┏━━

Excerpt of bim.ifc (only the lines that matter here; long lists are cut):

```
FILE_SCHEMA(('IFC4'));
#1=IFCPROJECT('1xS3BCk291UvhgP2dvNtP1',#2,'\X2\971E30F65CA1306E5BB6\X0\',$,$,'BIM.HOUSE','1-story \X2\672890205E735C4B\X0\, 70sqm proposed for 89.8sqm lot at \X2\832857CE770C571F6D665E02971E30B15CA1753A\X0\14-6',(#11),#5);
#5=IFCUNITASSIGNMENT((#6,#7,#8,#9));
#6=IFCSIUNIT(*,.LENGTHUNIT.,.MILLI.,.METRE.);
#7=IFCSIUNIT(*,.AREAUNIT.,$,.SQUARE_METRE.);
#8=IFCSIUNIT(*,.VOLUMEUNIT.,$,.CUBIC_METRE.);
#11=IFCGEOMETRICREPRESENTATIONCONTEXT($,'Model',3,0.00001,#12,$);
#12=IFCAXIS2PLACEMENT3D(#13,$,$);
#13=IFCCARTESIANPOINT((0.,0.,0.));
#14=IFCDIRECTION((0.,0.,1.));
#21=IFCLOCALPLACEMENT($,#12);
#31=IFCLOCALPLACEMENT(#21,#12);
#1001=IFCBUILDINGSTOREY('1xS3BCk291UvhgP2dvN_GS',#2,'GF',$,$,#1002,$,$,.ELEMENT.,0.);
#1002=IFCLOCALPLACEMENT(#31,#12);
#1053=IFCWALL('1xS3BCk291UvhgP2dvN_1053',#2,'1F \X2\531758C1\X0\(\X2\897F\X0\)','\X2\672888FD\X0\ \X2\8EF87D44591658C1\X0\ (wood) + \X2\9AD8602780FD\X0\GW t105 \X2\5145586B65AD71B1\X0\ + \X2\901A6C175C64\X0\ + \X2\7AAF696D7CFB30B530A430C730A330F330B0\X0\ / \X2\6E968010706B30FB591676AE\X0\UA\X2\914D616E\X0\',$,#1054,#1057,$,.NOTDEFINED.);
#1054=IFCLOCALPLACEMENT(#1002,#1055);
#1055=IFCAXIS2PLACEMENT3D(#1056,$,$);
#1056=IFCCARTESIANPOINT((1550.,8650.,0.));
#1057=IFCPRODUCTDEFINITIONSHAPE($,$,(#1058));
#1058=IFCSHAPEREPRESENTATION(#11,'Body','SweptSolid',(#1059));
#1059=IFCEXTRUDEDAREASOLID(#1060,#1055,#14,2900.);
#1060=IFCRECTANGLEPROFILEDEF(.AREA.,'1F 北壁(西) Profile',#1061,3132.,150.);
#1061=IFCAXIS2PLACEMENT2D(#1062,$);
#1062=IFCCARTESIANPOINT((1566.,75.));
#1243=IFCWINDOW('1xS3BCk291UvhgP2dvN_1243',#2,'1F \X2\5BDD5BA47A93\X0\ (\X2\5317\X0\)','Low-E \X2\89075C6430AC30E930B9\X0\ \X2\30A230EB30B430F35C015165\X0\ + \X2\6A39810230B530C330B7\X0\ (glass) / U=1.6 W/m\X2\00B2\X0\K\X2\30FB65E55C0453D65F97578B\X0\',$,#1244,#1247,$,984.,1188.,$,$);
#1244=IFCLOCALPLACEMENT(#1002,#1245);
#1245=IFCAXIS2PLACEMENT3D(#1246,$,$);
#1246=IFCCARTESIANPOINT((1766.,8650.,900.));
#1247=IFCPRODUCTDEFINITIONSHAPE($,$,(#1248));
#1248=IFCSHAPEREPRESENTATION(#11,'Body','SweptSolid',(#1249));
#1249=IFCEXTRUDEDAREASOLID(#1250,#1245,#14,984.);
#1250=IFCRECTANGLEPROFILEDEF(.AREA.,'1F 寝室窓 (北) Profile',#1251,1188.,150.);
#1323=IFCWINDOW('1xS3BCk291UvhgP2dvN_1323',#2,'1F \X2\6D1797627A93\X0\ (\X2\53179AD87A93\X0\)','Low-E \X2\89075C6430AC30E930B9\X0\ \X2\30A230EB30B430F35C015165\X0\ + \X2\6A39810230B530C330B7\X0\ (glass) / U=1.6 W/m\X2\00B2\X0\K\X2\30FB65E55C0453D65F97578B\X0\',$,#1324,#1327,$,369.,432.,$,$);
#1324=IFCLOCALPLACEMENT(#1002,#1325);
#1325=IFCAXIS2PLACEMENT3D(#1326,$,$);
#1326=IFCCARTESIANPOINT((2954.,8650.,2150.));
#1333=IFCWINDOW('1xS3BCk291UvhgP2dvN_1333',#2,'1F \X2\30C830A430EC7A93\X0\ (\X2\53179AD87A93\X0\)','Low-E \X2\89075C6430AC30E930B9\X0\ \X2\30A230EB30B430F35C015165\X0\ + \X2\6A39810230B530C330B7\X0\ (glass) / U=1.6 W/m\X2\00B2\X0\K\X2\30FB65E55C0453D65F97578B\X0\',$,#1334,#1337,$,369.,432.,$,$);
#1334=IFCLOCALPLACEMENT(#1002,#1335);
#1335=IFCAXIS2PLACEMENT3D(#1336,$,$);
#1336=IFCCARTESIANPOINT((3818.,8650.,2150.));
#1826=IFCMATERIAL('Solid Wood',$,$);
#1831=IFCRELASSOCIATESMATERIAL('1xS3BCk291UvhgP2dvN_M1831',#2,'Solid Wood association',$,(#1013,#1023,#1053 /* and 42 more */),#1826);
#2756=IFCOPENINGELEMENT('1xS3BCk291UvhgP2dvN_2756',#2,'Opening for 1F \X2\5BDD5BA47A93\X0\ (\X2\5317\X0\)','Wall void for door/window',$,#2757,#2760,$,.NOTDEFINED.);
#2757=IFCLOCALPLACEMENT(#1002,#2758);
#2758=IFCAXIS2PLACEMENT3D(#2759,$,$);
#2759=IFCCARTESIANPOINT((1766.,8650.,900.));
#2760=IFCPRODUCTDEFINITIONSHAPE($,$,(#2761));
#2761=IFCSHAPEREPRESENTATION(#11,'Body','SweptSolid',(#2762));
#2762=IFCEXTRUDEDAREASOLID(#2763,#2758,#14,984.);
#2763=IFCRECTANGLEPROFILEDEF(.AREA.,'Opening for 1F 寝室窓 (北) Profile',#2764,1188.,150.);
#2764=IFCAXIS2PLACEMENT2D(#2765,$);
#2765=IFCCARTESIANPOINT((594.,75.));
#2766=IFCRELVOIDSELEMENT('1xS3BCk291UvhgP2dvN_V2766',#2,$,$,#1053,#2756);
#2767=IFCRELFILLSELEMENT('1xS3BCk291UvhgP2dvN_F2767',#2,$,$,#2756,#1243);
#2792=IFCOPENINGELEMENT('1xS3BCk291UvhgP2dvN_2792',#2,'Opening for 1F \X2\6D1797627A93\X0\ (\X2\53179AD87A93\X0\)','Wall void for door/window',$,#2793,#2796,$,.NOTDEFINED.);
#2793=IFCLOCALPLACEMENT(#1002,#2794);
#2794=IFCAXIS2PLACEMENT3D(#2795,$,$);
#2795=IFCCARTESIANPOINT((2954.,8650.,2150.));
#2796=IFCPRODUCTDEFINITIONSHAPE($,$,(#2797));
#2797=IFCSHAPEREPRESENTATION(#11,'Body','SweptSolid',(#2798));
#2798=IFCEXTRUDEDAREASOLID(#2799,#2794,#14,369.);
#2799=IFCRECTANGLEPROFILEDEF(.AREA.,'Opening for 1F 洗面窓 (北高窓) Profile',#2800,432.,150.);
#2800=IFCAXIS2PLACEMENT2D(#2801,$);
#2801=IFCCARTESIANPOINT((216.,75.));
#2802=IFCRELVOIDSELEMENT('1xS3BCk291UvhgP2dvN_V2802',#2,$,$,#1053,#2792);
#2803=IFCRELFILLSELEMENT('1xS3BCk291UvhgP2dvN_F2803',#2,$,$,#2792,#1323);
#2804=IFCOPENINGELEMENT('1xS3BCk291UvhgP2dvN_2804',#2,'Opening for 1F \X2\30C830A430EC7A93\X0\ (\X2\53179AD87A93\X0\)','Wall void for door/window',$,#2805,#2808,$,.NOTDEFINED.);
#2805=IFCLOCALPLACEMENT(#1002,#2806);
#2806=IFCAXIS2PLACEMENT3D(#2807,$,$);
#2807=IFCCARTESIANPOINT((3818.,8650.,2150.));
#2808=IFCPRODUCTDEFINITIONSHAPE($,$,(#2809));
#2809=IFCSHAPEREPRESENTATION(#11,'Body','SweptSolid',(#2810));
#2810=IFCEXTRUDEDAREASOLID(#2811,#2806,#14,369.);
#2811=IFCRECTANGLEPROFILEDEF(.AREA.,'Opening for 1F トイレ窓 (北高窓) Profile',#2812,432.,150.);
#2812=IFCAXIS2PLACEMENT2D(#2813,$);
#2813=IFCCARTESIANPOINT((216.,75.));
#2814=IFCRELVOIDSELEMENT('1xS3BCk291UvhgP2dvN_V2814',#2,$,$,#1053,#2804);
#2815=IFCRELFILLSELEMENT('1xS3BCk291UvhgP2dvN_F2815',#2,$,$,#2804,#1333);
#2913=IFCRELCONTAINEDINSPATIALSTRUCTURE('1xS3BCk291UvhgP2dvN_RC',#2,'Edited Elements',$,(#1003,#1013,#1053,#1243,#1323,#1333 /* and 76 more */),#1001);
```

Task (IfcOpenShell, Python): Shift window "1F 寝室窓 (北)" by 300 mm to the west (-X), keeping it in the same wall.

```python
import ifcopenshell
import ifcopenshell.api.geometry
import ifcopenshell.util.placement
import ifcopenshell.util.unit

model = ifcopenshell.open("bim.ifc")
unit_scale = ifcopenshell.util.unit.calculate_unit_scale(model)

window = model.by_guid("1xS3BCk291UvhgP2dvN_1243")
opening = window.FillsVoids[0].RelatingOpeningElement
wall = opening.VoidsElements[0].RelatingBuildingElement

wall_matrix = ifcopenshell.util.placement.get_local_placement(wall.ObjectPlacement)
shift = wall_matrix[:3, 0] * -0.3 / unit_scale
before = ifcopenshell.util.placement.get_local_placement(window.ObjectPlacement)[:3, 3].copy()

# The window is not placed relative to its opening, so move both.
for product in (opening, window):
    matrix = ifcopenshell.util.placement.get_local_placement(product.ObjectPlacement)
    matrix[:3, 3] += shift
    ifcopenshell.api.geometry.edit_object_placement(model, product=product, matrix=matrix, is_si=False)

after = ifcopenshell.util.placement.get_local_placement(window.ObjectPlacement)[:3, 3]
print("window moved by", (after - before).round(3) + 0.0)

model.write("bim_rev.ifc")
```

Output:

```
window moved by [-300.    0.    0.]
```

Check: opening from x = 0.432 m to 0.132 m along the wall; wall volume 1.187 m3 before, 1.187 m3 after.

┗━━

▶ **Activity**: Find and copy each line of the listing above that holds the word "Body".

▶ **Answer for this exercise**:
#1058=IFCSHAPEREPRESENTATION(#11,'Body','SweptSolid',(#1059));
#1248=IFCSHAPEREPRESENTATION(#11,'Body','SweptSolid',(#1249));
#2761=IFCSHAPEREPRESENTATION(#11,'Body','SweptSolid',(#2762));
#2797=IFCSHAPEREPRESENTATION(#11,'Body','SweptSolid',(#2798));
#2809=IFCSHAPEREPRESENTATION(#11,'Body','SweptSolid',(#2810));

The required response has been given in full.